Your arguments are correct as stated. It is indeed the case that the ($\Pi$-closures of the) types $\neg\neg (||A|| \rightarrow A)$ and $\neg\neg (||A|| \leftrightarrow A)$ are inhabited, and for the reasons outlined above.

The second part of your question far subtler: it asks about the "craziness" of the fact that these types are inhabited. I'm not sure how to answer this (although I suspect that a good answer is possible, and will eventually be penned by someone else). In the meantime, I offer a few remarks.
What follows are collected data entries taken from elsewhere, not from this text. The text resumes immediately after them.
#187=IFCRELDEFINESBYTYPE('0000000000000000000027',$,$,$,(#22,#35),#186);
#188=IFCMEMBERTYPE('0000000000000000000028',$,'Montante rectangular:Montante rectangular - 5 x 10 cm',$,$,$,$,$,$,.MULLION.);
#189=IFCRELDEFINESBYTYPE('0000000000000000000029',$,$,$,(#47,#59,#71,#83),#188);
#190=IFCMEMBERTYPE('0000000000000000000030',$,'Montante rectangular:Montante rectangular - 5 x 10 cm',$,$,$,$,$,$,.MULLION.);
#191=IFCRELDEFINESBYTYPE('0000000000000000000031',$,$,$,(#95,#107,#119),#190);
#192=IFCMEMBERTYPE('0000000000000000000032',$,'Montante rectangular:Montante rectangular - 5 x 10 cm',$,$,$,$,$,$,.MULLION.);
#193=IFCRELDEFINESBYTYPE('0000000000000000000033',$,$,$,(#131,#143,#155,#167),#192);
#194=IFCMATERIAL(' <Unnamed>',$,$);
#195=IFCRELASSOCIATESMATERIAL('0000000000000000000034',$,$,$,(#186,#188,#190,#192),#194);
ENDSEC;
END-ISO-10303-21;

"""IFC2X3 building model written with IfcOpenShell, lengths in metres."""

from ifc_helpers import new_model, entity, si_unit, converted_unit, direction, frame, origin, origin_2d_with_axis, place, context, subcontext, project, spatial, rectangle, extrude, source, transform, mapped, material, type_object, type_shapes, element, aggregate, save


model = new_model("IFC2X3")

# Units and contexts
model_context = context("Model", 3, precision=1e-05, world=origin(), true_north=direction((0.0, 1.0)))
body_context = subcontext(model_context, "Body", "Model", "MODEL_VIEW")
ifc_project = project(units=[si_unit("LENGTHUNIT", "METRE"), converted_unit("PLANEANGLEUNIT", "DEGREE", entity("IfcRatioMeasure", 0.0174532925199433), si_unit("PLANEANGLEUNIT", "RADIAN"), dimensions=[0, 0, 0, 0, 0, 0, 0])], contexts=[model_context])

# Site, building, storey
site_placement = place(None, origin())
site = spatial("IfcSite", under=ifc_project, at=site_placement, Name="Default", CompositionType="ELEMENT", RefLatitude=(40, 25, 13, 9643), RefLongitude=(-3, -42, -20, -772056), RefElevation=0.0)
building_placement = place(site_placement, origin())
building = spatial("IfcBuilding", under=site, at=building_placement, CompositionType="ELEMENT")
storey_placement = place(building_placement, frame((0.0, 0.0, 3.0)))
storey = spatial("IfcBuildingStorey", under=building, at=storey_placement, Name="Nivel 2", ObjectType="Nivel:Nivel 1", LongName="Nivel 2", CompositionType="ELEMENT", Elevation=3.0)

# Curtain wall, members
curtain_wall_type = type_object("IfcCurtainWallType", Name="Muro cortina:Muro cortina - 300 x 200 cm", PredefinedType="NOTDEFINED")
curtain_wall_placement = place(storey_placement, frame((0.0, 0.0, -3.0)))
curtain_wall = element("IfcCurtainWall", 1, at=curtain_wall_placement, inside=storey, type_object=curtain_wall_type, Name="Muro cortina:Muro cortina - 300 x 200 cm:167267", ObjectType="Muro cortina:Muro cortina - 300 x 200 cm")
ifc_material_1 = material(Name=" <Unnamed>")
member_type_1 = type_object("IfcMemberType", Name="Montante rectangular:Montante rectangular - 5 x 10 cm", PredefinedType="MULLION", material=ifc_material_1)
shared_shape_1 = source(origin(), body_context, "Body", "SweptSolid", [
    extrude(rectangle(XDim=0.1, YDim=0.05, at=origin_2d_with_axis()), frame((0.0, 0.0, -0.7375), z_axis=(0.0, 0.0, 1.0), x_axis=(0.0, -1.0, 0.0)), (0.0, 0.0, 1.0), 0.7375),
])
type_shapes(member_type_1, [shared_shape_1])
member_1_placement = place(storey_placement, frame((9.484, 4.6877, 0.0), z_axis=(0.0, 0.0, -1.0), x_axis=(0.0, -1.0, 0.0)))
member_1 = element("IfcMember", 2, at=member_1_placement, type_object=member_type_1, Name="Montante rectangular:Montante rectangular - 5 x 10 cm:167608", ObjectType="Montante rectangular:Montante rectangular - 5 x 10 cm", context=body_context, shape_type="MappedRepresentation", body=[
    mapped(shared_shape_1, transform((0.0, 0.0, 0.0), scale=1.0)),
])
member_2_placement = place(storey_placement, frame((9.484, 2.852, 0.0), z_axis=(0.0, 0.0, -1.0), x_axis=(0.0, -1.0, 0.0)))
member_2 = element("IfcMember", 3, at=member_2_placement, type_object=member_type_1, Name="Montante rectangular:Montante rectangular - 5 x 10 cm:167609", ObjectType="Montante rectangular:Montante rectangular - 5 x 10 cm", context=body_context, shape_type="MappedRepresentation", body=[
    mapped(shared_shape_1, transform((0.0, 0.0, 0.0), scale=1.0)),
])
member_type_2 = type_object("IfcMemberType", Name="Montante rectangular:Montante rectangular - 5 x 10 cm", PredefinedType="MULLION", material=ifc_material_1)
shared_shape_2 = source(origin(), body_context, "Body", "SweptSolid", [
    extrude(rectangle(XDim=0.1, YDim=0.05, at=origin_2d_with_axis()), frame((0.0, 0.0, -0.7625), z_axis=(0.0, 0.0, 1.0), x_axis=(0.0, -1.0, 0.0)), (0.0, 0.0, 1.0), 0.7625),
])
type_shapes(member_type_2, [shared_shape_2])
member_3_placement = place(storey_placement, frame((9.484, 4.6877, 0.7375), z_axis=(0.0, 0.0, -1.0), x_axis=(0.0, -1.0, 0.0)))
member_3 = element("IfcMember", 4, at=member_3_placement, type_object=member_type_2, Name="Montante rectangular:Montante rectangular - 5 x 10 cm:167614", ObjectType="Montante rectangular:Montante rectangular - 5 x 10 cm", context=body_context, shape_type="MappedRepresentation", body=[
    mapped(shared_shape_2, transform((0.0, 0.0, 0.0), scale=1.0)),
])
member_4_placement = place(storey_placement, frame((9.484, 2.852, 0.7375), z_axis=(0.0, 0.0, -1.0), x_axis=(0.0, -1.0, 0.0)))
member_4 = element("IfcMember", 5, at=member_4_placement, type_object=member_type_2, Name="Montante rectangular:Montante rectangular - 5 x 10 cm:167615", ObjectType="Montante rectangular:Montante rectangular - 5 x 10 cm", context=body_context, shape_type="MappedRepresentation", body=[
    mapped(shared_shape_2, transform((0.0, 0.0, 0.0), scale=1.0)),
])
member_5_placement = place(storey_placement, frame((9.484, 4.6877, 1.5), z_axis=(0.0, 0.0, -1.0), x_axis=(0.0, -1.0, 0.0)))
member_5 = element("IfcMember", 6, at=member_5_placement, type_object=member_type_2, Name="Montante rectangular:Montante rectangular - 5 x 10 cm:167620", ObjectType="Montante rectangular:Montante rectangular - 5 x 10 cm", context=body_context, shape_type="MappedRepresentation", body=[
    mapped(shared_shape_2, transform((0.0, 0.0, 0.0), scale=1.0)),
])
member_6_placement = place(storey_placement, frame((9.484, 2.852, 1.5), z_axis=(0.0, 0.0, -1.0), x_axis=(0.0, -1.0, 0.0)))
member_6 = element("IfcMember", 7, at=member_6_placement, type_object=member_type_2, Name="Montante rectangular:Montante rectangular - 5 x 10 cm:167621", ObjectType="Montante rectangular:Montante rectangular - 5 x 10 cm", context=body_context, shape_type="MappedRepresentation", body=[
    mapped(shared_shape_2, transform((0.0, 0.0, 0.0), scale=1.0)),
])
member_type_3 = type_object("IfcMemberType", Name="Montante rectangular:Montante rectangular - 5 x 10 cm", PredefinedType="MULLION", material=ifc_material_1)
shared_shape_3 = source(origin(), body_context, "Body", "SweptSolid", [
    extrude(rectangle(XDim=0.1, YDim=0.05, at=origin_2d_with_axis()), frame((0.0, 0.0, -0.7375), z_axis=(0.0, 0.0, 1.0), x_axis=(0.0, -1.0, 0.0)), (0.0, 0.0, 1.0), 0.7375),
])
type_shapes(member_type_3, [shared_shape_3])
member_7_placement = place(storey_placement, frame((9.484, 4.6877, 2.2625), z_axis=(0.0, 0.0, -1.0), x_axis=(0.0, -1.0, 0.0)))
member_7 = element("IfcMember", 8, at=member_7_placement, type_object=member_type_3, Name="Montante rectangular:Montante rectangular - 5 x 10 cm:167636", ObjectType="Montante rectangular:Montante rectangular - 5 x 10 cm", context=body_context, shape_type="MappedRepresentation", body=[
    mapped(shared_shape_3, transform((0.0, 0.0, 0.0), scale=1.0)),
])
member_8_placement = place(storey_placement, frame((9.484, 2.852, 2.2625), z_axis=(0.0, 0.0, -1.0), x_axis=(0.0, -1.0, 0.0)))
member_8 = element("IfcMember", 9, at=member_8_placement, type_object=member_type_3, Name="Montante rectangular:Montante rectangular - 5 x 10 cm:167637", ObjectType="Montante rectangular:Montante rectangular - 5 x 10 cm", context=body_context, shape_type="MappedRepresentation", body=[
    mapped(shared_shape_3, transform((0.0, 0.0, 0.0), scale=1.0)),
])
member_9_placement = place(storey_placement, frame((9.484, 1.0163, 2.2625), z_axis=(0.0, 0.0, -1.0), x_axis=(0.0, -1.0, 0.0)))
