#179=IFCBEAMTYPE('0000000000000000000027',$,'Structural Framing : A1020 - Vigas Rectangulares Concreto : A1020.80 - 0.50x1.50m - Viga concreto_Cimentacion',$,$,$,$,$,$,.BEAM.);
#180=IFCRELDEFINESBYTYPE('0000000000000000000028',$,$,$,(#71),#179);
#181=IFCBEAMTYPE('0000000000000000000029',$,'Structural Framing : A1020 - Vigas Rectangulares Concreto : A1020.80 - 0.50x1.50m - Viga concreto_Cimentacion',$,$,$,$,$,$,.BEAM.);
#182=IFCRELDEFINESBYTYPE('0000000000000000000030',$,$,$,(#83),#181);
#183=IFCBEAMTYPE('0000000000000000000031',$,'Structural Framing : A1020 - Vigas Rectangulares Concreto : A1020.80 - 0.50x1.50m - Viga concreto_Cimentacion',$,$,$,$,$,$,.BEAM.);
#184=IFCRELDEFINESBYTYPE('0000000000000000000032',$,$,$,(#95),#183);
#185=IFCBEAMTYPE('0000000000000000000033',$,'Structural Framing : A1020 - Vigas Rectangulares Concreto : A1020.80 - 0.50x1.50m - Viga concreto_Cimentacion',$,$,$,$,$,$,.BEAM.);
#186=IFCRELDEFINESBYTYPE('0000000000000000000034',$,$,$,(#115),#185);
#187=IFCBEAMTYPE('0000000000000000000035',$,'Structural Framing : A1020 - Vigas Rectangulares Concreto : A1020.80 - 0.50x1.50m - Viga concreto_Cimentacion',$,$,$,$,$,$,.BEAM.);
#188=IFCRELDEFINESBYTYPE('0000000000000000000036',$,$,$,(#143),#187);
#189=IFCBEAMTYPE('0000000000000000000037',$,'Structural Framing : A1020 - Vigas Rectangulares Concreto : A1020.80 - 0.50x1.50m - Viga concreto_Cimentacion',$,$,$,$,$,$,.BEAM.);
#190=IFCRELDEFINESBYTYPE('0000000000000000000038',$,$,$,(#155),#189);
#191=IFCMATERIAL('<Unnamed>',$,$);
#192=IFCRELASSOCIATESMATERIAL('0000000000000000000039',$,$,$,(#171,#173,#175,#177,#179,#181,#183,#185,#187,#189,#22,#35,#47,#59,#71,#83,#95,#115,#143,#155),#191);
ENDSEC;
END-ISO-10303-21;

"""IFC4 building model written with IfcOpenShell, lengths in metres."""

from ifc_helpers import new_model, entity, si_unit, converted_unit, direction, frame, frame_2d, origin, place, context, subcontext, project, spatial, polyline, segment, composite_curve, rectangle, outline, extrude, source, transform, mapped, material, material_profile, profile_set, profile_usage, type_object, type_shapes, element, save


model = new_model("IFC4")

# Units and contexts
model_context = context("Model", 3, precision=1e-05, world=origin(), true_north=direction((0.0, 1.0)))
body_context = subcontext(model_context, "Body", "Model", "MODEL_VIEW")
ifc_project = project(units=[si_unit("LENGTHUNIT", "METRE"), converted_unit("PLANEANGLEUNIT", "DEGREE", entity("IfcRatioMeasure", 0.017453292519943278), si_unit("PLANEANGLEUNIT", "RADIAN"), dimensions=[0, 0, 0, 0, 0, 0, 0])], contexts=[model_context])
It's not surprising that we have functions $|| \bot || \rightarrow \bot$ or $||\mathbb{N}|| \rightarrow \mathbb{N}$ for fixed types $\bot, \mathbb{N}$. However, we certainly would not expect any term to inhabit $\Pi A:\mathbf{U}.||A|| \rightarrow A$. However, actually proving that there is no term of that type seems like a task that would involve fairly elaborate semantic reasoning (assuming that this is indeed the case; I might ask a followup question about this later).

The fact that we can construct an inhabitant of the type $\Pi A:\mathbf{U}.\neg\neg (||A|| \rightarrow A)$ is a pleasant surprise, but it does not say much about the inhabitedness of the former, as we still can't prove $\neg\neg \Pi A:\mathbf{U}.(||A|| \rightarrow A)$. In fact, there is a fairly direct proof of $\Pi A:\mathbf{U}.\neg\neg(||A|| \rightarrow A)$ that does not invoke the distributivity of $\neg\neg$, and might illuminate what's going on.

We can prove $\Pi A:\mathbf{U}.\neg(||A|| \rightarrow A) \rightarrow \neg A$ simply by taking $f : \neg(||A|| \rightarrow A)$ and $a : A$, and constructing $f(\lambda x.a) : \bot$. Similarly, we can prove $\Pi A:\mathbf{U}. \neg A \rightarrow ||A|| \rightarrow A$ since given $a : || A ||$ and $f: A \rightarrow \bot$ we can get $\mathrm{squashrec}(f): || A || \rightarrow \bot$, and then $\mathrm{squashrec}(f)(a) : \bot$. Putting these together we have a term of type $\Pi A:\mathbf{U}.\neg(||A|| \rightarrow A) \rightarrow || A || \rightarrow A$, from which $\Pi A:\mathbf{U}.\neg\neg(||A|| \rightarrow A)$ readily follows.